Il gruppo finlandese ha infatti venduto 4 milioni di Lumia, dispositivi che hanno installato il sistema operativo Microsoft WindowsPhone. Per l’amministratore delegato di Nokia Stephen Elop l’azienda è in un momento di transizione ma “gli impiegati stanno dimostrando la loro determinazione nel rafforzare la nostra competitività, migliorare il modello operativo e gestire attentamente le risorse finanziarie”. Nel futuro sono previsti aggiornamenti degli attuali modelli Lumia oltre il debutto di Windows Phone 8 che rappresenterà un catalizzatore per questi device.

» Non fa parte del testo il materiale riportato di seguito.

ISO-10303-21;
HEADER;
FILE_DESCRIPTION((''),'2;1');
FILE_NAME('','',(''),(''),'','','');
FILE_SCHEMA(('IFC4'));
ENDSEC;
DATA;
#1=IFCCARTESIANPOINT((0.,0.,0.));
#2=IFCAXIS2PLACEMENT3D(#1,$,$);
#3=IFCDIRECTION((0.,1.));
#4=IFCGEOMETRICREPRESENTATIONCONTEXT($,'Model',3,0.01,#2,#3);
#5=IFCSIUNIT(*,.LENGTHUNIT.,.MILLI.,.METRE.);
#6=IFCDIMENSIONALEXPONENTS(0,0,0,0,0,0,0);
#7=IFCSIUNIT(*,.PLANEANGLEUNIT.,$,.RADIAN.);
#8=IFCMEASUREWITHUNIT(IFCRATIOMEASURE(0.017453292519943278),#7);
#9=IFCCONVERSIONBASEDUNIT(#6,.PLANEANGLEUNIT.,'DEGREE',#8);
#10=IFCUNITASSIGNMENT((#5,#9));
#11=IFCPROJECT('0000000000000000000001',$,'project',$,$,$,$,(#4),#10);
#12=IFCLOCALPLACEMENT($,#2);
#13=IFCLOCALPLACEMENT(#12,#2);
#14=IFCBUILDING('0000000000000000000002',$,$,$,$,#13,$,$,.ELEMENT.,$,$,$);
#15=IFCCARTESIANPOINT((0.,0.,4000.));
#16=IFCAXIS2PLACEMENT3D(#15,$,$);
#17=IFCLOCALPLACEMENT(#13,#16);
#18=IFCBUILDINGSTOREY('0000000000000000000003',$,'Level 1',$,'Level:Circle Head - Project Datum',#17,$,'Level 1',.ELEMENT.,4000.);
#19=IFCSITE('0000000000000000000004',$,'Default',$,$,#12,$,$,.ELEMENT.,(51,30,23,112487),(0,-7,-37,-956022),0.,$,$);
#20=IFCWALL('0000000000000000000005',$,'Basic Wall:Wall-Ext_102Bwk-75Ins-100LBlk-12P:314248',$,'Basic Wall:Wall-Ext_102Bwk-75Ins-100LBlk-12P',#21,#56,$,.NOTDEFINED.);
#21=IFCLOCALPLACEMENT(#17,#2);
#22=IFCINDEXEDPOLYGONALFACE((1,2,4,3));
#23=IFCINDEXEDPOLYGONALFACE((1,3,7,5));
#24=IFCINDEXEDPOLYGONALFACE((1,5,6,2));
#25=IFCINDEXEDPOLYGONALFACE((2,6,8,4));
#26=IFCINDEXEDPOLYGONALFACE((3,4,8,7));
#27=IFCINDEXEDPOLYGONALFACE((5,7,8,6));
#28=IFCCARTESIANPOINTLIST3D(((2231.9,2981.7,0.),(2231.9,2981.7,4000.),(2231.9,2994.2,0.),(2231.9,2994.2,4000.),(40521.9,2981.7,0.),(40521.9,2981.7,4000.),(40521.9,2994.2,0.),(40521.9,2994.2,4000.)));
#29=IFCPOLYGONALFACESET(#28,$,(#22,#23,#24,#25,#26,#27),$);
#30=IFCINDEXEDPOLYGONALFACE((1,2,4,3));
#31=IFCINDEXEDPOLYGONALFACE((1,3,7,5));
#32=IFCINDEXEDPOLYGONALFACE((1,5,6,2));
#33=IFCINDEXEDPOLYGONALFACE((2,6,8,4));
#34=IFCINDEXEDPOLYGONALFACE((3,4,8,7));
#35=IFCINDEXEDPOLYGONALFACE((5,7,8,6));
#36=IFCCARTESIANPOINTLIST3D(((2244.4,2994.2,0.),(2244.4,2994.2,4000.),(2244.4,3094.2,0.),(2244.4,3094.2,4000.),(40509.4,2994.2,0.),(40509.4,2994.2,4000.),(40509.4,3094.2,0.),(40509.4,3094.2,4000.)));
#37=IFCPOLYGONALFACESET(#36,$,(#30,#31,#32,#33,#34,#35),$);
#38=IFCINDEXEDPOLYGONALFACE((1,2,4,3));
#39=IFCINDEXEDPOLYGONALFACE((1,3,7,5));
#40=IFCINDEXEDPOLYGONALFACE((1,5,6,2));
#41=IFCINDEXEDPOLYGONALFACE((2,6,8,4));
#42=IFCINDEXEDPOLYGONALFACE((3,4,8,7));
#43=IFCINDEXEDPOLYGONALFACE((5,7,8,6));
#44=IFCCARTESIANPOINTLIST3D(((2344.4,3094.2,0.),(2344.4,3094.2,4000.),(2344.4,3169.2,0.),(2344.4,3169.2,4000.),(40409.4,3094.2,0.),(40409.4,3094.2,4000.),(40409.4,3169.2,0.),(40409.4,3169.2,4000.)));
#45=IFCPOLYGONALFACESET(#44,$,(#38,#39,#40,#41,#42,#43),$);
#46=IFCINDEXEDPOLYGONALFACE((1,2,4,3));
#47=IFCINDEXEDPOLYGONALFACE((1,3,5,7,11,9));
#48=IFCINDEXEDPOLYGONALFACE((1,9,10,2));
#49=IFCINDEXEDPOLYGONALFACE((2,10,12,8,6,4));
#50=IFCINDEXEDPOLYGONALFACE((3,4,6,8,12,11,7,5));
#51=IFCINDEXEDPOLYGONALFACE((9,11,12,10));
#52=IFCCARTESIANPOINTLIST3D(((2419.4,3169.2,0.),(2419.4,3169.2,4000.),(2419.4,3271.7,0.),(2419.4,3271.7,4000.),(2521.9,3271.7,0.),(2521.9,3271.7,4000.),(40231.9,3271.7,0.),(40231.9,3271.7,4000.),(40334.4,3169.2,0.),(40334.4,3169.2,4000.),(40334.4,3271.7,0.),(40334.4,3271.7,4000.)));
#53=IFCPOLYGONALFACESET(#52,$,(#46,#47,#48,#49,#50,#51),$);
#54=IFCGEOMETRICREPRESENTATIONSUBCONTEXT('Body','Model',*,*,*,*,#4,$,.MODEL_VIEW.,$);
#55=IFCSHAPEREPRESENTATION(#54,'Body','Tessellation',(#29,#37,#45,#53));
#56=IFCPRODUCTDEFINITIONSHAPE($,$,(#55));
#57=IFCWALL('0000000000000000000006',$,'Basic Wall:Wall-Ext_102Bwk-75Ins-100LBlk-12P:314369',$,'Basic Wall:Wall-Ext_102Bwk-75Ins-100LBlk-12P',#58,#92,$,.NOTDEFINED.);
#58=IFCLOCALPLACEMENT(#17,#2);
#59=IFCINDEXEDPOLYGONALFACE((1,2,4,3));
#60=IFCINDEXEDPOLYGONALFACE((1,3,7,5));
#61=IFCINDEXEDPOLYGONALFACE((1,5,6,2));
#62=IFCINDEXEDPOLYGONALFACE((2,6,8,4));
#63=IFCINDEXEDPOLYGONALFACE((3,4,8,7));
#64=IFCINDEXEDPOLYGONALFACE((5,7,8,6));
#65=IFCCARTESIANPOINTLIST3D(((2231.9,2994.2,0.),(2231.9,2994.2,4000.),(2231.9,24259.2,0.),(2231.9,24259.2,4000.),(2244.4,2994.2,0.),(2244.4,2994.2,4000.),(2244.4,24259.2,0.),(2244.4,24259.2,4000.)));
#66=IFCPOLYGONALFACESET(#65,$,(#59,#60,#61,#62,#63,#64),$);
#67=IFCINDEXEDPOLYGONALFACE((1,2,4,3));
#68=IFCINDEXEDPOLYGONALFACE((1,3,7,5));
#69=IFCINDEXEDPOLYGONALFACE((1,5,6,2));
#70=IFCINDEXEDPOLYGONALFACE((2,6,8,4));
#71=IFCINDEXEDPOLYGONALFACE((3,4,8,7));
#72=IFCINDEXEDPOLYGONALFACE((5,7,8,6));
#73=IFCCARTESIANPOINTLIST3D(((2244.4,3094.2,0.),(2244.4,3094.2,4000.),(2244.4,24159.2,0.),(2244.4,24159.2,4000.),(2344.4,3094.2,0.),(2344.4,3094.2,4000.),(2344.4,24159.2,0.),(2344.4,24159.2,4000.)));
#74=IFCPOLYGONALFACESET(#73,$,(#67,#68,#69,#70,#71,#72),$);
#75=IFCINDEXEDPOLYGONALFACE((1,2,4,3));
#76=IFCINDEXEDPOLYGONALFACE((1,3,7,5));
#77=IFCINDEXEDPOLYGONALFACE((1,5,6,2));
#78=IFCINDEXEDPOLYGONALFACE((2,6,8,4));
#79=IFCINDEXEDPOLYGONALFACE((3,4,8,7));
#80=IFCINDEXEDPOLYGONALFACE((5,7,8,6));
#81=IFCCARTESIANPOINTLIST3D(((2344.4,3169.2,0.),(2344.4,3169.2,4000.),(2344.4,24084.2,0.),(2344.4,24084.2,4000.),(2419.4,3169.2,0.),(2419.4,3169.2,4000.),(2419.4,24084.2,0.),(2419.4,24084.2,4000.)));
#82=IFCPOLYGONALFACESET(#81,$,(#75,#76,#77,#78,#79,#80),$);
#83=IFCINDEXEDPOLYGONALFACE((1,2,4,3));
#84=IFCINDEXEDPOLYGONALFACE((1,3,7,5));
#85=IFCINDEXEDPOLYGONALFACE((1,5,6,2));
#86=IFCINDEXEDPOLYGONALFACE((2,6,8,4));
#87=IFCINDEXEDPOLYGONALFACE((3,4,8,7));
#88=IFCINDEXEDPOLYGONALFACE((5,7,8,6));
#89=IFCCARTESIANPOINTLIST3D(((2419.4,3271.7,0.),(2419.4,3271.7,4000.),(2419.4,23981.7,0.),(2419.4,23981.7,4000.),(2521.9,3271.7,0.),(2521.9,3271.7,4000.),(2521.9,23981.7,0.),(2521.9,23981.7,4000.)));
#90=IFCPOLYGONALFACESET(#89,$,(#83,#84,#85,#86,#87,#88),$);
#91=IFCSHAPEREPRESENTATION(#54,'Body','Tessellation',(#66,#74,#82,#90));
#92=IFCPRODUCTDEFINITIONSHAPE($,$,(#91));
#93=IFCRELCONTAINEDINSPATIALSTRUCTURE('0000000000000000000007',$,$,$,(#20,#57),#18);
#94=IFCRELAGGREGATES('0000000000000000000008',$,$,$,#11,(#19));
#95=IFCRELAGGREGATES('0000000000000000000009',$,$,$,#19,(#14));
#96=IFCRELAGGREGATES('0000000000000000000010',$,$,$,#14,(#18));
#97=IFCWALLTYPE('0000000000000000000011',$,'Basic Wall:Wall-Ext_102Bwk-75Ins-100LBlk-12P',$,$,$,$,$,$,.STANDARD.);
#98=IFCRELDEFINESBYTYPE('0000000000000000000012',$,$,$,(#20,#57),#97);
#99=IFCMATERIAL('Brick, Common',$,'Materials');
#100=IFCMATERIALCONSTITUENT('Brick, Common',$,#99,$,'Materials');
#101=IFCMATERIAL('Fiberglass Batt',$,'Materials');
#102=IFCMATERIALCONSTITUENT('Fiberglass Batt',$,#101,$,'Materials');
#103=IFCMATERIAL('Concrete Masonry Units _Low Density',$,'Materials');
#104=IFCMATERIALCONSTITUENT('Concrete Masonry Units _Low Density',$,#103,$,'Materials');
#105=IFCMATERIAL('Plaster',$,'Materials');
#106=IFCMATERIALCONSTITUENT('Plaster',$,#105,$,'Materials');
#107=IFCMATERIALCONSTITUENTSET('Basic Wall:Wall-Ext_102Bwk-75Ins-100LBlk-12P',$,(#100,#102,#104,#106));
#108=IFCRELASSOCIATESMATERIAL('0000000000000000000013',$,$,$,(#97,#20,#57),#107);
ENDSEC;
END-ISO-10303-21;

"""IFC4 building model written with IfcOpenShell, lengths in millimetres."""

from ifc_helpers import new_model, entity, si_unit, converted_unit, direction, frame, origin, place, context, subcontext, project, spatial, indexed_curve, outline, extrude, material, constituent, constituent_set, type_object, element, save


model = new_model("IFC4")

# Units and contexts
model_context = context("Model", 3, precision=0.01, world=origin(), true_north=direction((0.0, 1.0)))
body_context = subcontext(model_context, "Body", "Model", "MODEL_VIEW")
ifc_project = project(units=[si_unit("LENGTHUNIT", "METRE", prefix="MILLI"), converted_unit("PLANEANGLEUNIT", "DEGREE", entity("IfcRatioMeasure", 0.017453292519943278), si_unit("PLANEANGLEUNIT", "RADIAN"), dimensions=[0, 0, 0, 0, 0, 0, 0])], contexts=[model_context])

# Site, building, storey
site_placement = place(None, origin())
site = spatial("IfcSite", under=ifc_project, at=site_placement, Name="Default", CompositionType="ELEMENT", RefLatitude=(51, 30, 23, 112487), RefLongitude=(0, -7, -37, -956022), RefElevation=0.0)
building_placement = place(site_placement, origin())
building = spatial("IfcBuilding", under=site, at=building_placement, CompositionType="ELEMENT")
storey_placement = place(building_placement, frame((0.0, 0.0, 4000.0)))
storey = spatial("IfcBuildingStorey", under=building, at=storey_placement, Name="Level 1", ObjectType="Level:Circle Head - Project Datum", LongName="Level 1", CompositionType="ELEMENT", Elevation=4000.0)

# Walls
ifc_material_1 = material(Name="Brick, Common", Category="Materials")
ifc_constituent_1 = constituent(ifc_material_1, Name="Brick, Common", Category="Materials")
ifc_material_2 = material(Name="Fiberglass Batt", Category="Materials")
ifc_constituent_2 = constituent(ifc_material_2, Name="Fiberglass Batt", Category="Materials")
ifc_material_3 = material(Name="Concrete Masonry Units _Low Density", Category="Materials")
ifc_constituent_3 = constituent(ifc_material_3, Name="Concrete Masonry Units _Low Density", Category="Materials")
ifc_material_4 = material(Name="Plaster", Category="Materials")
ifc_constituent_4 = constituent(ifc_material_4, Name="Plaster", Category="Materials")
ifc_constituent_set_1 = constituent_set(constituents=[ifc_constituent_1, ifc_constituent_2, ifc_constituent_3, ifc_constituent_4], Name="Basic Wall:Wall-Ext_102Bwk-75Ins-100LBlk-12P")
wall_type = type_object("IfcWallType", Name="Basic Wall:Wall-Ext_102Bwk-75Ins-100LBlk-12P", PredefinedType="STANDARD", material=ifc_constituent_set_1)
wall_1_placement = place(storey_placement, frame((2231.9, 3126.7, 0.0)))
element("IfcWall", 1, at=wall_1_placement, inside=storey, type_object=wall_type, material=ifc_constituent_set_1, Name="Basic Wall:Wall-Ext_102Bwk-75Ins-100LBlk-12P:314248", ObjectType="Basic Wall:Wall-Ext_102Bwk-75Ins-100LBlk-12P", PredefinedType="NOTDEFINED", context=body_context, shape_type="SweptSolid", body=[
    extrude(outline(indexed_curve([(-6.3, -19145.0), (6.2, -19145.0), (6.3, 19145.0), (-6.2, 19145.0), (-6.3, -19145.0)], self_intersect=False)), frame((19145.0, -138.7, 0.0), z_axis=(0.0, 0.0, 1.0), x_axis=(0.0, 1.0, 0.0)), (0.0, 0.0, 1.0), 4000.0),
    extrude(outline(indexed_curve([(-19132.5, -50.0), (19132.5, -50.0), (19132.5, 50.0), (-19132.5, 50.0), (-19132.5, -50.0)], self_intersect=False)), frame((19145.0, -82.5, 0.0)), (0.0, 0.0, 1.0), 4000.0),
    extrude(outline(indexed_curve([(-19032.5, -37.5), (19032.5, -37.5), (19032.5, 37.5), (-19032.5, 37.5), (-19032.5, -37.5)], self_intersect=False)), frame((19145.0, 5.0, 0.0)), (0.0, 0.0, 1.0), 4000.0),
    extrude(outline(indexed_curve([(-18855.0, -34.2), (18855.0, -34.2), (18957.5, -34.2), (18957.5, 68.3), (-18957.5, 68.3), (-18957.5, -34.2), (-18855.0, -34.2)], self_intersect=False)), frame((19145.0, 110.8, 0.0), z_axis=(0.0, 0.0, 1.0), x_axis=(-1.0, 0.0, 0.0)), (0.0, 0.0, 1.0), 4000.0),
])
wall_2_placement = place(storey_placement, frame((2376.9, 23981.7, 0.0), z_axis=(0.0, 0.0, 1.0), x_axis=(0.0, -1.0, 0.0)))
element("IfcWall", 2, at=wall_2_placement, inside=storey, type_object=wall_type, material=ifc_constituent_set_1, Name="Basic Wall:Wall-Ext_102Bwk-75Ins-100LBlk-12P:314369", ObjectType="Basic Wall:Wall-Ext_102Bwk-75Ins-100LBlk-12P", PredefinedType="NOTDEFINED", context=body_context, shape_type="SweptSolid", body=[
    extrude(outline(indexed_curve([(-6.3, -10632.5), (6.2, -10632.5), (6.3, 10632.5), (-6.2, 10632.5), (-6.3, -10632.5)], self_intersect=False)), frame((10355.0, -138.7, 0.0), z_axis=(0.0, 0.0, 1.0), x_axis=(0.0, 1.0, 0.0)), (0.0, 0.0, 1.0), 4000.0),
    extrude(outline(indexed_curve([(-10532.5, -50.0), (10532.5, -50.0), (10532.5, 50.0), (-10532.5, 50.0), (-10532.5, -50.0)], self_intersect=False)), frame((10355.0, -82.5, 0.0)), (0.0, 0.0, 1.0), 4000.0),
    extrude(outline(indexed_curve([(-10457.5, -37.5), (10457.5, -37.5), (10457.5, 37.5), (-10457.5, 37.5), (-10457.5, -37.5)], self_intersect=False)), frame((10355.0, 5.0, 0.0)), (0.0, 0.0, 1.0), 4000.0),
    extrude(outline(indexed_curve([(-51.3, -10355.0), (51.2, -10355.0), (51.3, 10355.0), (-51.2, 10355.0), (-51.3, -10355.0)], self_intersect=False)), frame((10355.0, 93.8, 0.0), z_axis=(0.0, 0.0, 1.0), x_axis=(0.0, -1.0, 0.0)), (0.0, 0.0, 1.0), 4000.0),
])

save(model, "model.ifc")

Nokia conferma d’altra parte che le vendite dei Symbian stanno diminuendo rapidamente. Chiaramente, com’era prevedibile, il loro minore acquisto sul mercato non poteva essere compensata immediatamente dai nuovi terminali mobili.

Il consiglio di amministrazione di Nokia ha inoltre dichiarato che assumerà un atteggiamento prudente sulla remunerazione degli azionisti nel 2013 in quanto la società sarà ancora attraversando un periodo di passaggio. Nel giugno scorso sono stati annunciati tagli del personale pari a 10.000 unità (un dipendente su cinque) e il programma di riorganizzazione avviato dall’azienda comporterà un processo di ristrutturazione critico.